Only just now, in 2009, are there signs of a critical mass of Koreans that are prepared to admit that Koreans have pre- and extramarital sex, and lots of it, and that women’s sexual desires in particular are not just miraculously turned on like a light on their wedding night—nor just as quickly turned off after the birth of their first child. But still very much today, and sure as hell back in the late-1990s, what public discourses on women’s sexuality that existed were very much confined to married women and that it should and only occur within the confines of marriage. So in short, young unmarried women, very defensive of their virginal reputations, were in no great position to make demands of and/or have their sexual desires reflected in popular culture.

korean-red-devil-in-croptopFinally, enter the 2002 World Cup, which no, I’m definitely not kidding about: while people may not have noticed this particular aspect at the time, anyone that was actually here would readily agree that it was an amazing time to be young and in Korea, and was just as revolutionary in terms of expressions of women’s sexuality as I described. In all seriousness, consider what life was like for unmarried women literally just a week prior to the start of the games: they would often be criticized walking down the street for merely wearing short sleeves – remember that 19 out of 20 women would wear t-shirts over their bikinis at the beaches then – and it was quite taboo to discuss sexual feelings and preferred men’s bodies, even to close friends. Meanwhile, soccer was very much seen as a men’s game – who were originally rather taken aback by women’s sudden interest – and members of the national team(!) made less per year than I made then as an English teacher (source, right: unknown).

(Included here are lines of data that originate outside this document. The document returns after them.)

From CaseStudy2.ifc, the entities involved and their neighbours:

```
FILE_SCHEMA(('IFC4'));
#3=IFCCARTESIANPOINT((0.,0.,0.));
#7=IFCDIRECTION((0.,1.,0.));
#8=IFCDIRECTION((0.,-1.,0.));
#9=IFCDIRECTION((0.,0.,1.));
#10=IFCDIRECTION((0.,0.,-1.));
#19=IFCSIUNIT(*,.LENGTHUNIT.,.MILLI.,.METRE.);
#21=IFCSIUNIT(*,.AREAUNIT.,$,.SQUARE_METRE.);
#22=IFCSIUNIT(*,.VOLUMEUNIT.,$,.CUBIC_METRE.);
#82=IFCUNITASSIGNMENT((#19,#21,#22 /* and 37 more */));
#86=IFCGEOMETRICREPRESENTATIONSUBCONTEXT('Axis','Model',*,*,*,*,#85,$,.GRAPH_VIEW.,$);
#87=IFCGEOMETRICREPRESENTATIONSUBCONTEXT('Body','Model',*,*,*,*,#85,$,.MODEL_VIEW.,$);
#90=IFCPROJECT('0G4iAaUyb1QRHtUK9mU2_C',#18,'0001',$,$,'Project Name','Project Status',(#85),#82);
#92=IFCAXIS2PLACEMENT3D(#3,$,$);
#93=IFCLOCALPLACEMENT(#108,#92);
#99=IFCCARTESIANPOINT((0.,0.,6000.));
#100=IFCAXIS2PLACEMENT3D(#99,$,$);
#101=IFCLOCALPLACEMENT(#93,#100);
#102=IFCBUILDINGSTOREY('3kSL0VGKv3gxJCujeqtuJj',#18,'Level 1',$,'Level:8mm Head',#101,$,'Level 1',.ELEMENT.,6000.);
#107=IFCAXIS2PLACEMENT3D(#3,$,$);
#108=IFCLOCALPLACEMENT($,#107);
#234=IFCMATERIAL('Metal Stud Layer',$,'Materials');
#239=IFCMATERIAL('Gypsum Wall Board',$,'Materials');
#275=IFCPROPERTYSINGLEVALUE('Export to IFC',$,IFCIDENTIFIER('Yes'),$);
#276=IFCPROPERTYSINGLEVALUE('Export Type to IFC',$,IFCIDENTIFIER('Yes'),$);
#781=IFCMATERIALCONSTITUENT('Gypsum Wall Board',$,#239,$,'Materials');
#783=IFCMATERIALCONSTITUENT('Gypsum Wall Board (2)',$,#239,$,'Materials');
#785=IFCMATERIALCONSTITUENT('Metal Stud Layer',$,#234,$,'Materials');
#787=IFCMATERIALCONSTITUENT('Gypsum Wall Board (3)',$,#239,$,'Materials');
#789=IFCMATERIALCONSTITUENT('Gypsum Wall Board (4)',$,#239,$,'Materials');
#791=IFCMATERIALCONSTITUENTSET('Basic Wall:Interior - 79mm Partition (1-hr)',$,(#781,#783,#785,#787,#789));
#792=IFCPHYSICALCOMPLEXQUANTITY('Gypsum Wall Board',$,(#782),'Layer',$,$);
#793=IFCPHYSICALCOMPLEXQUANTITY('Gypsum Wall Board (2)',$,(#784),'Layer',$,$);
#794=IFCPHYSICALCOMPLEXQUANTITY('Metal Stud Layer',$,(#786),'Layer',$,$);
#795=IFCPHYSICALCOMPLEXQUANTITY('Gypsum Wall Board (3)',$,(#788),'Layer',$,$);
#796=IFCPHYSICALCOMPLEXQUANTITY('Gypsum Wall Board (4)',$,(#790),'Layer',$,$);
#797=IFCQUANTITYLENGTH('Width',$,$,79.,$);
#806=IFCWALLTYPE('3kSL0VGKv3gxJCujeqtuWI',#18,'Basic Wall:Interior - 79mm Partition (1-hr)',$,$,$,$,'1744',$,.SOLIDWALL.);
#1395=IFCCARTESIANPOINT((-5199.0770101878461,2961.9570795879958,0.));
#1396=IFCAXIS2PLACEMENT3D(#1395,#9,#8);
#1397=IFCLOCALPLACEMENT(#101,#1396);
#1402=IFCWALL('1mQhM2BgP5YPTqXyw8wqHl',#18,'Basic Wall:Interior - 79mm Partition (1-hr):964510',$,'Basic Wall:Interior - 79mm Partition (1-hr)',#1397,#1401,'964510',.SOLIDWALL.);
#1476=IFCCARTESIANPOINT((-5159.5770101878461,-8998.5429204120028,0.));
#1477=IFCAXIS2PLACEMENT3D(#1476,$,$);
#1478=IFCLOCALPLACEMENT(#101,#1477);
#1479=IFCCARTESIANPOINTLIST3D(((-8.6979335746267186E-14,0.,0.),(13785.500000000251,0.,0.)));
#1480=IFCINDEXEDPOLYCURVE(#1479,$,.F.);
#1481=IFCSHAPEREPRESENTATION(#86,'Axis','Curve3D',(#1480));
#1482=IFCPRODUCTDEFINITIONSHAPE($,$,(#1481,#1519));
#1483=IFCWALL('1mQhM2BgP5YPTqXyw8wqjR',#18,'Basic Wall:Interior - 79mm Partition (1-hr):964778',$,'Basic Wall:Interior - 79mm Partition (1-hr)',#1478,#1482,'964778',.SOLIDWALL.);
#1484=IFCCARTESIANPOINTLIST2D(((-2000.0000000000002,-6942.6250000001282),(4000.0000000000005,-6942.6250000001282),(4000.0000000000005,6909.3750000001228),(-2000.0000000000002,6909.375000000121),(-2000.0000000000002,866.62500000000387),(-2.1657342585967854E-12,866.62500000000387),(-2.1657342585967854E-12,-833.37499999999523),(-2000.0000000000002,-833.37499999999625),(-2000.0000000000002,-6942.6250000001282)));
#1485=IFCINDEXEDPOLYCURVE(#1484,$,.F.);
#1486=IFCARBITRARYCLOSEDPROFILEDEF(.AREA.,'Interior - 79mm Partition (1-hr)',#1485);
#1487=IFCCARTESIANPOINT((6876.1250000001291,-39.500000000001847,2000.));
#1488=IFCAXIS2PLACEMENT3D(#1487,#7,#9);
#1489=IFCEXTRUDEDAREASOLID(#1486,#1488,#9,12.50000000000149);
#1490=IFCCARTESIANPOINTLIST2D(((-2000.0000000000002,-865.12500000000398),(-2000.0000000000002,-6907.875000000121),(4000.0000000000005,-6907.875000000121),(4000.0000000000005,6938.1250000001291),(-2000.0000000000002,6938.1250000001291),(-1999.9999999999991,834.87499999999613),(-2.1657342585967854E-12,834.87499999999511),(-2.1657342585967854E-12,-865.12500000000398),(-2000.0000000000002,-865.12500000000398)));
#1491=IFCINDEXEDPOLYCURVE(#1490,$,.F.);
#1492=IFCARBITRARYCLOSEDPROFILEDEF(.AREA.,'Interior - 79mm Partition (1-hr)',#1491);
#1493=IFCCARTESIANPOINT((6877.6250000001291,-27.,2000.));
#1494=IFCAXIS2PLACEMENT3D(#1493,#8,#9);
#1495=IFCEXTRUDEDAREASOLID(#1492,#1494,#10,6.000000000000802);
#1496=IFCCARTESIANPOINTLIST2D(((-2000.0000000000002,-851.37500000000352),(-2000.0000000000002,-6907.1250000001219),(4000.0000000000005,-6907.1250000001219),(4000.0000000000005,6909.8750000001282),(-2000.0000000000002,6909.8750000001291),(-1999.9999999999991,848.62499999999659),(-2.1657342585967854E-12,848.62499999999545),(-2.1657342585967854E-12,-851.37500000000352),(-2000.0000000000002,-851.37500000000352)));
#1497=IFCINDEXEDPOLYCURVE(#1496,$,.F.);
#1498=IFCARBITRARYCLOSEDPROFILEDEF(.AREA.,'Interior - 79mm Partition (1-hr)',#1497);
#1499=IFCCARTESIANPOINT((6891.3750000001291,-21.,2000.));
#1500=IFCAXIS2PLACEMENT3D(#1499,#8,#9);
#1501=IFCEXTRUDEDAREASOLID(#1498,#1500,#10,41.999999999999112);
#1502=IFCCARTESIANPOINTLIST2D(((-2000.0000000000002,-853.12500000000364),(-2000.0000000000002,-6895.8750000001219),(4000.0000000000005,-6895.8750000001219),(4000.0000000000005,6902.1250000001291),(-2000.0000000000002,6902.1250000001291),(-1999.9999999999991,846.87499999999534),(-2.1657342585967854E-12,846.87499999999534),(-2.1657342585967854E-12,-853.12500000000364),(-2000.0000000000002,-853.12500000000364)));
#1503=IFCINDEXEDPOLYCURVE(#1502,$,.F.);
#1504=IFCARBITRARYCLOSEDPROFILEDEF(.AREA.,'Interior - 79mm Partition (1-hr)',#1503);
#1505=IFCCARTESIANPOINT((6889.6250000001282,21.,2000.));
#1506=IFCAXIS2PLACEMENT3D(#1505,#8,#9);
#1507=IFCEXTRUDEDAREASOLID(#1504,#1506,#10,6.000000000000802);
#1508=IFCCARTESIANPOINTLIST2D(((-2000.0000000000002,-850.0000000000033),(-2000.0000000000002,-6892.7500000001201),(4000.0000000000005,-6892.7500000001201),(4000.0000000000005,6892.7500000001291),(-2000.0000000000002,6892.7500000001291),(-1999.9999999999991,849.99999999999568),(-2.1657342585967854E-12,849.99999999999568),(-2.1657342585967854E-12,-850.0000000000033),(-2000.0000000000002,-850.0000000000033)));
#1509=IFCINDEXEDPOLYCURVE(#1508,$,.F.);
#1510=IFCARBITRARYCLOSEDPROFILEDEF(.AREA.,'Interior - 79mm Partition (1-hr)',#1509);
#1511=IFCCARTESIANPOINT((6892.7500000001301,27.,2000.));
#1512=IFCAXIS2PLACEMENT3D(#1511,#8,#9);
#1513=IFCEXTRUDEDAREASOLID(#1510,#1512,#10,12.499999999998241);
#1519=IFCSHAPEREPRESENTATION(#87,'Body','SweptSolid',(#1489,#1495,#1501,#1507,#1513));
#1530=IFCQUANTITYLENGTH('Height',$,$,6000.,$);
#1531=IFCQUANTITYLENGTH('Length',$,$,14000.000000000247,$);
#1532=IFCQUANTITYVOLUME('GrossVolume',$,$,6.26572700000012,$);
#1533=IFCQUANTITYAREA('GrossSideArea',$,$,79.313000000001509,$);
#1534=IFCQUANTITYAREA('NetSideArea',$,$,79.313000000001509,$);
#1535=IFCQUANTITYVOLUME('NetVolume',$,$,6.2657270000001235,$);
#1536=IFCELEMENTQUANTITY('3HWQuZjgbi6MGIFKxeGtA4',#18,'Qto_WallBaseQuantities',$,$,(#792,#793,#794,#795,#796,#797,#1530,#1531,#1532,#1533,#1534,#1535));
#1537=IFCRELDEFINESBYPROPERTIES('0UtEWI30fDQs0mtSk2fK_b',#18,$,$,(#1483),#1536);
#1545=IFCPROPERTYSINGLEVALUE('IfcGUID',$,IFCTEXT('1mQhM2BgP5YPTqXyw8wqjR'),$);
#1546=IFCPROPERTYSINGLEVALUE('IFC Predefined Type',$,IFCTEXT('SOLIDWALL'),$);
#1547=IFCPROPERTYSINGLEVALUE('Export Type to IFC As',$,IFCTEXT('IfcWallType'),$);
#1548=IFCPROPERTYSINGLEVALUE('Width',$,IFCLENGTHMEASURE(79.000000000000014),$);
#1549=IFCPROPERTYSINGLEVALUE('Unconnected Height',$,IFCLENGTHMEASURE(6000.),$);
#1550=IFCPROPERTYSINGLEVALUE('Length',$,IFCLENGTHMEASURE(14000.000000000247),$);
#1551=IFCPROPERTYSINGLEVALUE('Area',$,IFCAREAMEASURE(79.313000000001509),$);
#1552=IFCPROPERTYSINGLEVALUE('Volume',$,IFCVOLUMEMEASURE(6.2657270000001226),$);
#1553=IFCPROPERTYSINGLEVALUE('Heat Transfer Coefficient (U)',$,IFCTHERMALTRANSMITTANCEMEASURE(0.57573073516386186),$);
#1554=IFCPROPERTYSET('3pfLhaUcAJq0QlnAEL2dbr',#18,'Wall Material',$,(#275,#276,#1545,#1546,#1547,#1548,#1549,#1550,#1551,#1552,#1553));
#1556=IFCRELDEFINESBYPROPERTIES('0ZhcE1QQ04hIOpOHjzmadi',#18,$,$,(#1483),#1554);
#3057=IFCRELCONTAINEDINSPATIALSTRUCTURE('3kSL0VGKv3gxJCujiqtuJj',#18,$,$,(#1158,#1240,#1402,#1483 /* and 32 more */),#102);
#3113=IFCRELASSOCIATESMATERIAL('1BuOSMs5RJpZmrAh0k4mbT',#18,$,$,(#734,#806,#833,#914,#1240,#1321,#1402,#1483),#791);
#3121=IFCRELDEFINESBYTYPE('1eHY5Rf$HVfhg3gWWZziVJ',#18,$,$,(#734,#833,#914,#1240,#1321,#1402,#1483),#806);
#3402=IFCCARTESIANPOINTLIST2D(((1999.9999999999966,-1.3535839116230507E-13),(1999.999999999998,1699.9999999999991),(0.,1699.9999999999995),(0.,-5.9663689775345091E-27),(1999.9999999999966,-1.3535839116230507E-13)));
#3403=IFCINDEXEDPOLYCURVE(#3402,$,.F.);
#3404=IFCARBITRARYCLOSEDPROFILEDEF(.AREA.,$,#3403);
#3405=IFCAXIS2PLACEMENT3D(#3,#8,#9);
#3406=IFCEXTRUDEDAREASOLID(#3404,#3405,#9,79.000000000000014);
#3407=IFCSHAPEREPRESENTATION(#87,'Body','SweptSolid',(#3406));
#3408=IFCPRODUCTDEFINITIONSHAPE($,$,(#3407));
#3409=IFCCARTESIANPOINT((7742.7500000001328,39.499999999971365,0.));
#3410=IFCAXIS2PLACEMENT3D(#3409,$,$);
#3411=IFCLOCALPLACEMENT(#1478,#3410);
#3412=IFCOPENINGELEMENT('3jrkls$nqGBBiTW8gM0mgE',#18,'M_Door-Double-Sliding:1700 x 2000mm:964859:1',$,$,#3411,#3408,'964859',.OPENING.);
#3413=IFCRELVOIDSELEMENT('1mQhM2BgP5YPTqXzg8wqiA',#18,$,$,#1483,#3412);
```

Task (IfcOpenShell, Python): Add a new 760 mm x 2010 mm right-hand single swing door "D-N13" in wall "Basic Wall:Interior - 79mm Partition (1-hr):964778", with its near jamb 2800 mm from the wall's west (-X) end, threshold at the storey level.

```python
import numpy as np
import ifcopenshell
import ifcopenshell.api.feature
import ifcopenshell.api.geometry
import ifcopenshell.api.pset
import ifcopenshell.api.root
import ifcopenshell.api.spatial
import ifcopenshell.geom
import ifcopenshell.util.element
import ifcopenshell.util.placement
import ifcopenshell.util.representation
import ifcopenshell.util.shape
import ifcopenshell.util.unit

model = ifcopenshell.open("CaseStudy2.ifc")
unit_scale = ifcopenshell.util.unit.calculate_unit_scale(model)
area_scale = ifcopenshell.util.unit.calculate_unit_scale(model, "AREAUNIT")
volume_scale = ifcopenshell.util.unit.calculate_unit_scale(model, "VOLUMEUNIT")
settings = ifcopenshell.geom.settings()


def volume(element):
    """Net volume in cubic metres, openings subtracted."""
    shape = ifcopenshell.geom.create_shape(settings, element)
    return ifcopenshell.util.shape.get_volume(shape.geometry)


wall = model.by_guid("1mQhM2BgP5YPTqXyw8wqjR")
storey = ifcopenshell.util.element.get_container(wall, ifc_class="IfcBuildingStorey")
context = ifcopenshell.util.representation.get_context(model, "Model", "Body", "MODEL_VIEW")
before = volume(wall)

width, height, from_end, sill = 0.76, 2.01, 2.8, 0.0  # metres

# The wall runs along its own X axis, and the end named is its -X end.
wall_shape = ifcopenshell.geom.create_shape(settings, wall)
x, y, z = ifcopenshell.util.shape.get_vertices(wall_shape.geometry).T
start = x.min() + from_end
face, thickness = float(y.min()), float(y.max() - y.min())
wall_matrix = ifcopenshell.util.placement.get_local_placement(wall.ObjectPlacement)
level = ifcopenshell.util.placement.get_local_placement(storey.ObjectPlacement)[2, 3]


def in_wall(x, y):
    """Placement at x, y metres in the wall's axes, at sill height."""
    matrix = wall_matrix.copy()
    matrix[:, 3] = wall_matrix @ np.array([x / unit_scale, y / unit_scale, 0.0, 1.0])
    matrix[2, 3] = level + sill / unit_scale
    return matrix


# Opening: a box that overshoots both wall faces by 50 mm.
opening = ifcopenshell.api.root.create_entity(model, ifc_class="IfcOpeningElement", predefined_type="OPENING")
box = ifcopenshell.api.geometry.add_wall_representation(
    model, context=context, length=width, height=height, thickness=thickness + 0.1
)
ifcopenshell.api.geometry.assign_representation(model, product=opening, representation=box)
ifcopenshell.api.geometry.edit_object_placement(model, product=opening, matrix=in_wall(start, face - 0.05), is_si=False)
ifcopenshell.api.feature.add_feature(model, feature=opening, element=wall)

door = ifcopenshell.api.root.create_entity(model, ifc_class="IfcDoor", name="D-N13", predefined_type="DOOR")
door.OverallWidth, door.OverallHeight = width / unit_scale, height / unit_scale
door.OperationType = "SINGLE_SWING_RIGHT"
body = ifcopenshell.api.geometry.add_door_representation(
    model,
    context=context,
    overall_width=door.OverallWidth,
    overall_height=door.OverallHeight,
    operation_type="SINGLE_SWING_RIGHT",
    lining_properties={"LiningDepth": thickness / unit_scale, "ThresholdDepth": thickness / unit_scale},
)
ifcopenshell.api.geometry.assign_representation(model, product=door, representation=body)
ifcopenshell.api.spatial.assign_container(model, products=[door], relating_structure=storey)
ifcopenshell.api.feature.add_filling(model, opening=opening, element=door)

# The lining spans the wall, so the door starts at the wall face.
ifcopenshell.api.geometry.edit_object_placement(model, product=door, matrix=in_wall(start, face), is_si=False)

after = volume(wall)

# Update the wall's stored quantities.
qto = model.by_id(ifcopenshell.util.element.get_pset(wall, "Qto_WallBaseQuantities", should_inherit=False)["id"])
ifcopenshell.api.pset.edit_qto(model, qto=qto, properties={
    "NetSideArea": after / thickness / area_scale,
    "NetVolume": after / volume_scale,
})
pset = model.by_id(ifcopenshell.util.element.get_pset(wall, "Wall Material", should_inherit=False)["id"])
ifcopenshell.api.pset.edit_pset(model, pset=pset, properties={
    "Area": model.create_entity("IfcAreaMeasure", after / thickness / area_scale),
    "Volume": model.create_entity("IfcVolumeMeasure", after / volume_scale),
})

print(f"wall volume {before:.3f} -> {after:.3f} m3")

model.write("CaseStudy2_rev.ifc")
```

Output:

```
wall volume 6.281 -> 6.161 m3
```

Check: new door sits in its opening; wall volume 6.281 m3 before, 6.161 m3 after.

And yet four weeks later – yes really, just four weeks – literally millions of women had made soccer their own, often outnumbering men in attendance at games and mass viewings of them on big screens in city streets and then celebrations and rallies and, as it was done in the context of a national event, “allowed” and praised by the media to wear crop tops and so on too, just so long as it was in the context of being “Red Devils,” or supporters for the soccer players, and whose bodies they could now suddenly wax lyrical over (and whom were suddenly making millions in advertising deals). Lest you think that I’m exaggerating about how free women were to do either before though, note that women still came under harsh criticism for doing the same to any foreign players, and that the Korean media basically, well, laughed at Japanese women for doing so. Moreover, although it is not making too much of events to characterize all this as unmarried women taking rapid advantage of an outlet for their frustrations, none of it would have been possible without married women taking part in equal if nor more numbers.

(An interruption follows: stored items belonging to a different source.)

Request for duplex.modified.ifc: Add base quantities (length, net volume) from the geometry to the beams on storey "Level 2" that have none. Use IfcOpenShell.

First a look at what the model holds.

```python
import ifcopenshell
import ifcopenshell.util.element
import ifcopenshell.util.unit

model = ifcopenshell.open("duplex.modified.ifc")
print(model.schema)
for unit_type in ("LENGTHUNIT", "AREAUNIT", "VOLUMEUNIT"):
    print(unit_type, ifcopenshell.util.unit.calculate_unit_scale(model, unit_type))
storey = next(s for s in model.by_type("IfcBuildingStorey") if s.Name == "Level 2")
beams = [e for e in ifcopenshell.util.element.get_decomposition(storey) if e.is_a("IfcBeam")]
for e in sorted(beams, key=lambda e: e.id()):
    print(e.id(), e.is_a(), e.Name, list(ifcopenshell.util.element.get_psets(e, qtos_only=True)), sep=" | ")
```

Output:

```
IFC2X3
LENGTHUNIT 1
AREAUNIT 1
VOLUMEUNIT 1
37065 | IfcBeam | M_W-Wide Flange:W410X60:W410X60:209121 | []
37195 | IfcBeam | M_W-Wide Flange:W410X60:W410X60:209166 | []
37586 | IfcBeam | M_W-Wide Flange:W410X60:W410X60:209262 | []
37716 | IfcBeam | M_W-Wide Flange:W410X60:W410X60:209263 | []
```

```python
import ifcopenshell
import ifcopenshell.api.pset
import ifcopenshell.geom
import ifcopenshell.util.element
import ifcopenshell.util.shape
import ifcopenshell.util.unit

model = ifcopenshell.open("duplex.modified.ifc")
unit_scale = ifcopenshell.util.unit.calculate_unit_scale(model)
volume_scale = ifcopenshell.util.unit.calculate_unit_scale(model, "VOLUMEUNIT")
settings = ifcopenshell.geom.settings()

storey = next(s for s in model.by_type("IfcBuildingStorey") if s.Name == "Level 2")
beams = [e for e in ifcopenshell.util.element.get_decomposition(storey) if e.is_a("IfcBeam")]

for e in sorted(beams, key=lambda e: e.id()):
    if ifcopenshell.util.element.get_psets(e, qtos_only=True, should_inherit=False):
        continue
    # Geometry comes back in metres, in the element's own axes.
    shape = ifcopenshell.geom.create_shape(settings, e)
    values = {
        "Length": ifcopenshell.util.shape.get_max_xyz(shape.geometry) / unit_scale,
        "NetVolume": ifcopenshell.util.shape.get_volume(shape.geometry) / volume_scale,
    }
    qto = ifcopenshell.api.pset.add_qto(model, product=e, name="BaseQuantities")
    ifcopenshell.api.pset.edit_qto(model, qto=qto, properties=values)
    print(e.id(), {k: round(v, 3) for k, v in values.items()})

model.write("duplex.modified_v2.ifc")
```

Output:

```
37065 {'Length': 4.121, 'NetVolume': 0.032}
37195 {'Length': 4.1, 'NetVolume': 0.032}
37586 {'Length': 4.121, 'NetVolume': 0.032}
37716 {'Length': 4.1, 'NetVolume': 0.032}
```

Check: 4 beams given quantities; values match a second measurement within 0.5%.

It is certainly true that after the World Cup is when the flower men “wave” really started, spearheaded by attractive soccer player An Jung-hwan who sent Korean women’s hearts aflutter ever time he kissed his wedding ring upon scoring a goal and so on, but as I outline in that earlier post I mention (and which I go into these aspects of the  World Cup in much more detail), he’d already been appearing in male cosmetics commercials, for instance, years earlier. So the ground for the wave was paved, so to speak, by married women in the half-decade earlier, and that is why “in just a few short weeks” the World Cup ”forever chang[ed] standards of dress, discourses of sexuality…cementing these new ideals of the Korean man.”

korean-mother-and-daughter-red-devils(Source: Louis Theran)

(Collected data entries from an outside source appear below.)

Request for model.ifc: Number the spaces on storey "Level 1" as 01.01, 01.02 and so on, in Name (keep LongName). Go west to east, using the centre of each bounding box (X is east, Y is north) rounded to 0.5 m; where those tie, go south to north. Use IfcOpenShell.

First a look at what the model holds.

```python
import ifcopenshell
import ifcopenshell.util.element
import ifcopenshell.util.placement

model = ifcopenshell.open("model.ifc")
print(model.schema)
storey = next(s for s in model.by_type("IfcBuildingStorey") if s.Name == "Level 1")
spaces = [e for e in ifcopenshell.util.element.get_decomposition(storey) if e.is_a("IfcSpace")]
for e in sorted(spaces, key=lambda e: e.id()):
    origin = ifcopenshell.util.placement.get_local_placement(e.ObjectPlacement)[:3, 3]
    print(e.id(), e.Name, e.LongName, origin.round(2) + 0.0, sep=" | ")
```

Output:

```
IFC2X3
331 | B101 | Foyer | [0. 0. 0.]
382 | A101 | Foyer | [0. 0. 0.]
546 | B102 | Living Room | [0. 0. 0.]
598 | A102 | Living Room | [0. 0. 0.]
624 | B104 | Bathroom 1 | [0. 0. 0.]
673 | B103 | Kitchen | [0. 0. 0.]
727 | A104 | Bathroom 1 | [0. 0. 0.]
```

```python
import ifcopenshell
import ifcopenshell.geom
import ifcopenshell.util.element
import ifcopenshell.util.shape

model = ifcopenshell.open("model.ifc")
settings = ifcopenshell.geom.settings()
settings.set("use-world-coords", True)


def centre(element):
    shape = ifcopenshell.geom.create_shape(settings, element)
    return ifcopenshell.util.shape.get_bbox_centroid(shape.geometry)


storey = next(s for s in model.by_type("IfcBuildingStorey") if s.Name == "Level 1")
spaces = [e for e in ifcopenshell.util.element.get_decomposition(storey) if e.is_a("IfcSpace")]

# Insertion points can sit at a corner or the storey origin, so sort by the geometry (in metres).
centres = {e: centre(e) for e in spaces}
spaces.sort(key=lambda e: (round(centres[e][0] / 0.5), centres[e][1]))

for i, e in enumerate(spaces, start=1):
    number = f"01.{i:02d}"
    e.Name = number
    print(e.id(), number)

model.write("model-out.ifc")
```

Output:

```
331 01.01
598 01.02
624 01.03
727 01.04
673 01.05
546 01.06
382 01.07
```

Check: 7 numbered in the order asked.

To sum up then, if the AFC has not occurred then we probably still would have flower men today: like I say in the article, the tastes of teenage readers of manga in the late-1990s are now having a strong impact on popular culture.  But it did, and without five years of angry, frustrated, and disappointed married women expressing their displeasure in the only (indirect) ways that were permissible in Korea’s deeply patriarchal society to precede it, then flower men ideals for Korean men would not be as entrenched as they are now. And in particular, the 2002 World Cup would not have had the revolutionizing effect on expressions of women’s sexuality that it did, and today Korea as a whole would be a much less liberal place than it is.